「カイゼン文化」が曲解の最大の原因
この中で、日本の製造業が圧倒的な強みを持つのが、中央の「生産」の工程、つまり「工場の現場」だ。
日本の製造業の生産技術を世界最高峰に押し上げた原動力が、生産現場におけるカイゼン活動であることは論を俟たない。きわめて勤勉で優秀かつ勤続年数が長い現場のワーカーが、日々発見する不都合をその都度「カイゼン」し続けることで、世界に類を見ない最高品質の生産現場を作り上げた。
実際、工場の現場を歩くと、現場社員による業務改善の積み重ねには圧倒される。脈々と積み重ねられた経験値が方法論化され、基本として実践されるいっぽうで、さらなる創意工夫が日々追加されている。カイゼンは海を越え、世界にも広がっている。「トヨタ生産方式」は自動車業界のみならず、世界のあらゆる製造業、最近では非製造業までが参考として取り入れている。
ところが、この最強を誇った「カイゼン文化」こそが、インダストリー4.0を曲解してしまった、
最大の原因でもあるのだ。それはなぜだろうか?
日本の工場はすでに世界最高水準の生産性
インダストリー4.0を「IoTという新たな技術を用いたカイゼン」と捉えた日本の製造業の一部は、さっそくインダストリー4.0の取り入れ方を考え始めた。その結果として起こったのが「スマート工場」ブームだ。
たとえば、工場に並ぶ製造装置にセンサーを取り付けて、異音や振動、温度上昇などをモニタリングし、いち早く異常を検知して故障の予防につなげる、といった活動だ。
だが、日本の工場の中は、すでに世界最高水準の生産性だ。カイゼンの余地、すなわち生産性の向上の“伸びしろ”がどのくらい残っているのだろう?(図表2)

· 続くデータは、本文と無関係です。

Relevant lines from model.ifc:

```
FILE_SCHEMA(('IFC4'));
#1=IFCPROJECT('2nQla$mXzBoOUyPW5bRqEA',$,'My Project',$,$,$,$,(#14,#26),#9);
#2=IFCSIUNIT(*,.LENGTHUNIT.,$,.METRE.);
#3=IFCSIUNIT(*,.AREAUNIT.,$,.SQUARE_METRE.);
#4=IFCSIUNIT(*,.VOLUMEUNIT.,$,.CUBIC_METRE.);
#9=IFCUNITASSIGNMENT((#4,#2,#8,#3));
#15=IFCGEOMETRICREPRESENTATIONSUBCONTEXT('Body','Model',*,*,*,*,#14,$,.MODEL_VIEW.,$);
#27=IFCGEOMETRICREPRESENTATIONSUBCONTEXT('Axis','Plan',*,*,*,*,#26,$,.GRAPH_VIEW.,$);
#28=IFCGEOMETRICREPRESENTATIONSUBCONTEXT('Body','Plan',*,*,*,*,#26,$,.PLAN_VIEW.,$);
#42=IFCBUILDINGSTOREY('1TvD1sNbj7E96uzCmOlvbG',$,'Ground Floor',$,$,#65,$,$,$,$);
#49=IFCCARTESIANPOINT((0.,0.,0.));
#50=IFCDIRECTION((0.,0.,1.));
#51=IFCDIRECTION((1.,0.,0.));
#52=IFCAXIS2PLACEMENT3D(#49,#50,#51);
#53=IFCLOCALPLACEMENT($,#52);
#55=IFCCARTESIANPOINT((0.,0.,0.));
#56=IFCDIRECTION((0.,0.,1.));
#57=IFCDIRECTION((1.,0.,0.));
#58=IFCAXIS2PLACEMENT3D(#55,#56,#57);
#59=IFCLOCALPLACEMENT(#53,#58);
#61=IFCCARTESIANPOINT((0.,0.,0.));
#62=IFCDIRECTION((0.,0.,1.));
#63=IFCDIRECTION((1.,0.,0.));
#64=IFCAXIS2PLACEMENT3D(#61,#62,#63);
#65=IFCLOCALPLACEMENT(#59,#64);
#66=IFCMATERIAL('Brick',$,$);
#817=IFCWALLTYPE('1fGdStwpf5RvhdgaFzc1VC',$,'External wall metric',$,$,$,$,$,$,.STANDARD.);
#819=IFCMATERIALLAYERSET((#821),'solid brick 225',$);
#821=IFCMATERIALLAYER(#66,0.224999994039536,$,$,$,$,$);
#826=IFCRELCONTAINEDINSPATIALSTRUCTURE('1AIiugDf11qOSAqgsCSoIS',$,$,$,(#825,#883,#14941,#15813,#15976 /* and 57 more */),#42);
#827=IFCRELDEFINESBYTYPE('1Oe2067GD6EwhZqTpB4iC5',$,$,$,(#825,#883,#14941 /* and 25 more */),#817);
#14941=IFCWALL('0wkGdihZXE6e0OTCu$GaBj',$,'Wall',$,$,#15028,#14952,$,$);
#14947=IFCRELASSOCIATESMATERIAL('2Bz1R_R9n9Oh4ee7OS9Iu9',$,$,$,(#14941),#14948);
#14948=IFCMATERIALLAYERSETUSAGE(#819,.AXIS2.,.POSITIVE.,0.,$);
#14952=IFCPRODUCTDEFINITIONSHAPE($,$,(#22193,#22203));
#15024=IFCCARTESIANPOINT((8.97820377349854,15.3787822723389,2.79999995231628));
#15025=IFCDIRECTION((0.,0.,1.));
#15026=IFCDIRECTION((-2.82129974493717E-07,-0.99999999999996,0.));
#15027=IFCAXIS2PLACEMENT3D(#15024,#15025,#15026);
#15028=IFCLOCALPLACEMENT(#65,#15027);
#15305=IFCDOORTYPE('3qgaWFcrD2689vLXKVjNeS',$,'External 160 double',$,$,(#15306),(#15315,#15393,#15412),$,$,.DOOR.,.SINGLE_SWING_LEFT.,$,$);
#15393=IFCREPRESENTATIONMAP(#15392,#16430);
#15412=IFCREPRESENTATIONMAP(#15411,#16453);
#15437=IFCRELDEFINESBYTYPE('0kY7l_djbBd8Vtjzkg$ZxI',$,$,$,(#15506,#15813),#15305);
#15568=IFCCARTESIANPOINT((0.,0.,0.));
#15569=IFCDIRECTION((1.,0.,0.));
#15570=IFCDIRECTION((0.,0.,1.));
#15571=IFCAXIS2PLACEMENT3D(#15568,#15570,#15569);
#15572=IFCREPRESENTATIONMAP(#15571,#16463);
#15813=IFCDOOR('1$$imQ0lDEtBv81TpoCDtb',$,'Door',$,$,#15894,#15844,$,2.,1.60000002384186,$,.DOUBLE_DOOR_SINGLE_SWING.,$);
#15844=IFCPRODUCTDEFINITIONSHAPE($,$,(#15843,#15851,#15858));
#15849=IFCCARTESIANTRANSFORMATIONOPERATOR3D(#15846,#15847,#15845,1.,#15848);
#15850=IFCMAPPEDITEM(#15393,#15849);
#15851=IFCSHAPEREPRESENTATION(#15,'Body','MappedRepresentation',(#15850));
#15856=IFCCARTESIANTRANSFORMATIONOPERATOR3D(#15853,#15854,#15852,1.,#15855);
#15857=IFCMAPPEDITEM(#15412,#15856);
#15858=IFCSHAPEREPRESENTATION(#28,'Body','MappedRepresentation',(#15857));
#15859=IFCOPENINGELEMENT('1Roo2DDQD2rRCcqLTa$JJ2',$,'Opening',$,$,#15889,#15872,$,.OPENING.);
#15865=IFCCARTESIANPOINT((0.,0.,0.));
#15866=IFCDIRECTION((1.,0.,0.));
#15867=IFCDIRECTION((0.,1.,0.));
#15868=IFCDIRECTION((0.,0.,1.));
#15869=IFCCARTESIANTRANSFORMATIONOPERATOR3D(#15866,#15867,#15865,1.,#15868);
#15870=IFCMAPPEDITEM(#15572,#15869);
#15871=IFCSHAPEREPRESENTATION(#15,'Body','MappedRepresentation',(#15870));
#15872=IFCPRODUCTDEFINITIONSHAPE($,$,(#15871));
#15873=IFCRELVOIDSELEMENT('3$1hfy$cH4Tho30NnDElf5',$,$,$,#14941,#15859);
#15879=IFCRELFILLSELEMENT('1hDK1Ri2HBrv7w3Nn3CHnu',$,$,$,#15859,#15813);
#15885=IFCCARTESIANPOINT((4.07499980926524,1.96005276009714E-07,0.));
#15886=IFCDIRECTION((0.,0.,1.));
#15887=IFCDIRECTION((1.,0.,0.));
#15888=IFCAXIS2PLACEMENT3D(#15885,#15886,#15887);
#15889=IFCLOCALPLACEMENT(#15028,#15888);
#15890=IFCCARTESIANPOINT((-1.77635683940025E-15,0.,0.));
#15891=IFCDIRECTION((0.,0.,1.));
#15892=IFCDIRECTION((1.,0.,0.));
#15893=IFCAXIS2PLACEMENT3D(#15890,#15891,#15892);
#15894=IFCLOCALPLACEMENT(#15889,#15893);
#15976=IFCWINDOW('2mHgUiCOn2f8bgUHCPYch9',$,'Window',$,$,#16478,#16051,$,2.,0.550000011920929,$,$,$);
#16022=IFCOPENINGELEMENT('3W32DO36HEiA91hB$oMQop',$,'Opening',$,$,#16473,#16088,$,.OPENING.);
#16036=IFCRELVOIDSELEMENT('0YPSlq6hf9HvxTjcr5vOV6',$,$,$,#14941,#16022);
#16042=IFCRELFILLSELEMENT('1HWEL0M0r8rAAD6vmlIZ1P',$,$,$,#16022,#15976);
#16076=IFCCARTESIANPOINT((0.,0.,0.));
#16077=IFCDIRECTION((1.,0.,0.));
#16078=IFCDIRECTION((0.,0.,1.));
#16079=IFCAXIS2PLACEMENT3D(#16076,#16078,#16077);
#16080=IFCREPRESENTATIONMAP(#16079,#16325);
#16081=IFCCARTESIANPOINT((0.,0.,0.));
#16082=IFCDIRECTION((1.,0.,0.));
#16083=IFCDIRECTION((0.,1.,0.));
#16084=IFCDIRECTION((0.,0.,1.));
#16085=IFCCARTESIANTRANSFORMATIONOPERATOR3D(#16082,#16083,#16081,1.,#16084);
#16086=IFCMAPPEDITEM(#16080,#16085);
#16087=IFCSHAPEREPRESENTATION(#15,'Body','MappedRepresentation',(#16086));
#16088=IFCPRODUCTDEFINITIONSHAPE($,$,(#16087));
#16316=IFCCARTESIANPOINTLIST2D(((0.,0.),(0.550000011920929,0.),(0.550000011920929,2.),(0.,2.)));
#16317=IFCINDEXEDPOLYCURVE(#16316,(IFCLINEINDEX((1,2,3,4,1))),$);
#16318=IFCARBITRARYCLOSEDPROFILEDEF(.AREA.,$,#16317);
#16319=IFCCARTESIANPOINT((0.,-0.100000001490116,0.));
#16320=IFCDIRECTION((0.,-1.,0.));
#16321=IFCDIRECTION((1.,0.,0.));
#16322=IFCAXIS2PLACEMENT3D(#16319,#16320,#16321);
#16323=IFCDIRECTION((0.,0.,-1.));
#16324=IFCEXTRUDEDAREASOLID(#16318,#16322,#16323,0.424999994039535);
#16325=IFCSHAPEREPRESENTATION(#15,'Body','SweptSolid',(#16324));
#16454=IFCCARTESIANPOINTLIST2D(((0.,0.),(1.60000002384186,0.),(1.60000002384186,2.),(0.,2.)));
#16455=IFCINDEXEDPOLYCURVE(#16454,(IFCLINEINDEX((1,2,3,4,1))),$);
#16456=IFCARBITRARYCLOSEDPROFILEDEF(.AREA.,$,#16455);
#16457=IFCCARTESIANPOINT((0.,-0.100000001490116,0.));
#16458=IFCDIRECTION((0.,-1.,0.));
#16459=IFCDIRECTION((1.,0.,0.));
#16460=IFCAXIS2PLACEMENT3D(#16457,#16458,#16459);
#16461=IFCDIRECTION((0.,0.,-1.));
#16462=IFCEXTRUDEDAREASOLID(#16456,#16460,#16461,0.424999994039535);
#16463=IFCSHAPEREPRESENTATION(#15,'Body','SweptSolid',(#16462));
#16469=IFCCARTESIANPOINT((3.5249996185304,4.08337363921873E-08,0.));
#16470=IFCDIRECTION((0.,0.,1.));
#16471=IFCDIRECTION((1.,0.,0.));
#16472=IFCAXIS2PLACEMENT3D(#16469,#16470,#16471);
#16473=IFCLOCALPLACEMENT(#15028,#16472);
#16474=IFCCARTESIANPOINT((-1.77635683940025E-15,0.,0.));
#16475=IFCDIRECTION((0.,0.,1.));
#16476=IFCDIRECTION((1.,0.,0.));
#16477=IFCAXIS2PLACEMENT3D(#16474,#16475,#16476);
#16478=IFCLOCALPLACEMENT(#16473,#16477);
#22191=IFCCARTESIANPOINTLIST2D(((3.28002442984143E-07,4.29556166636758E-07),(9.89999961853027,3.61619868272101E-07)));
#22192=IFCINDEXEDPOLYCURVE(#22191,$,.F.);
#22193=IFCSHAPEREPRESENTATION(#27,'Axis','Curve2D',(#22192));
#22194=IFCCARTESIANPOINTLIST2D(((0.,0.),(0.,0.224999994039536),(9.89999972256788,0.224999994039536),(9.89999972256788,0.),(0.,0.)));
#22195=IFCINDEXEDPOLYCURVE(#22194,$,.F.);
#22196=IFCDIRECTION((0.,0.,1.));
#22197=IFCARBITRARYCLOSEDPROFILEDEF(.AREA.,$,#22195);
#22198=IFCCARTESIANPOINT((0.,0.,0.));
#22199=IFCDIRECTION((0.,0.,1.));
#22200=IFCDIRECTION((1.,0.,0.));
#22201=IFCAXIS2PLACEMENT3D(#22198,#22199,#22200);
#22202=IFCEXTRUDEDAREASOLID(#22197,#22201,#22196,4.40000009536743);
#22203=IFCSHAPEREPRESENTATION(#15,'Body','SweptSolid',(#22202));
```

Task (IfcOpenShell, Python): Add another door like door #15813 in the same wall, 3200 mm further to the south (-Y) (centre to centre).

```python
import ifcopenshell
import ifcopenshell.api.feature
import ifcopenshell.api.geometry
import ifcopenshell.api.root
import ifcopenshell.geom
import ifcopenshell.util.element
import ifcopenshell.util.placement
import ifcopenshell.util.shape

model = ifcopenshell.open("model.ifc")
settings = ifcopenshell.geom.settings()


def volume(element):
    """Net volume in cubic metres, openings subtracted."""
    shape = ifcopenshell.geom.create_shape(settings, element)
    return ifcopenshell.util.shape.get_volume(shape.geometry)


door = model.by_id(15813)
opening = door.FillsVoids[0].RelatingOpeningElement
wall = opening.VoidsElements[0].RelatingBuildingElement
before = volume(wall)
shift = ifcopenshell.util.placement.get_local_placement(wall.ObjectPlacement)[:3, 0] * 3.2

# copy_class copies the void relationship, type, container and properties, but no geometry.
new_opening = ifcopenshell.api.root.copy_class(model, product=opening)
new_opening.Representation = ifcopenshell.util.element.copy_deep(
    model, opening.Representation, exclude=["IfcGeometricRepresentationContext", "IfcRepresentationMap"]
)
new_door = ifcopenshell.api.root.copy_class(model, product=door)
new_door.Representation = ifcopenshell.util.element.copy_deep(
    model, door.Representation, exclude=["IfcGeometricRepresentationContext", "IfcRepresentationMap"]
)
ifcopenshell.api.feature.add_filling(model, opening=new_opening, element=new_door)

for old, new in ((opening, new_opening), (door, new_door)):
    matrix = ifcopenshell.util.placement.get_local_placement(old.ObjectPlacement)
    matrix[:3, 3] += shift
    ifcopenshell.api.geometry.edit_object_placement(model, product=new, matrix=matrix, is_si=False)

after = volume(wall)

print(f"wall volume {before:.3f} -> {after:.3f} m3")

model.write("model_updated.ifc")
```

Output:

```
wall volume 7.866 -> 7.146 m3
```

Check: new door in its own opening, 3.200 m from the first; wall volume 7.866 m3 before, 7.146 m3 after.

製造現場に関わる方々は、口を揃えて「いやいや、まだまだ改善の余地はあります」と本心から言う。それは実際、その通りなのだろう。しかし、世界的な視野で見れば、国内の工場の生産品質は頭抜けている。逆にいうと、IoTを取り入れた、工場内のカイゼン活動による伸びしろは、相対的には限られる。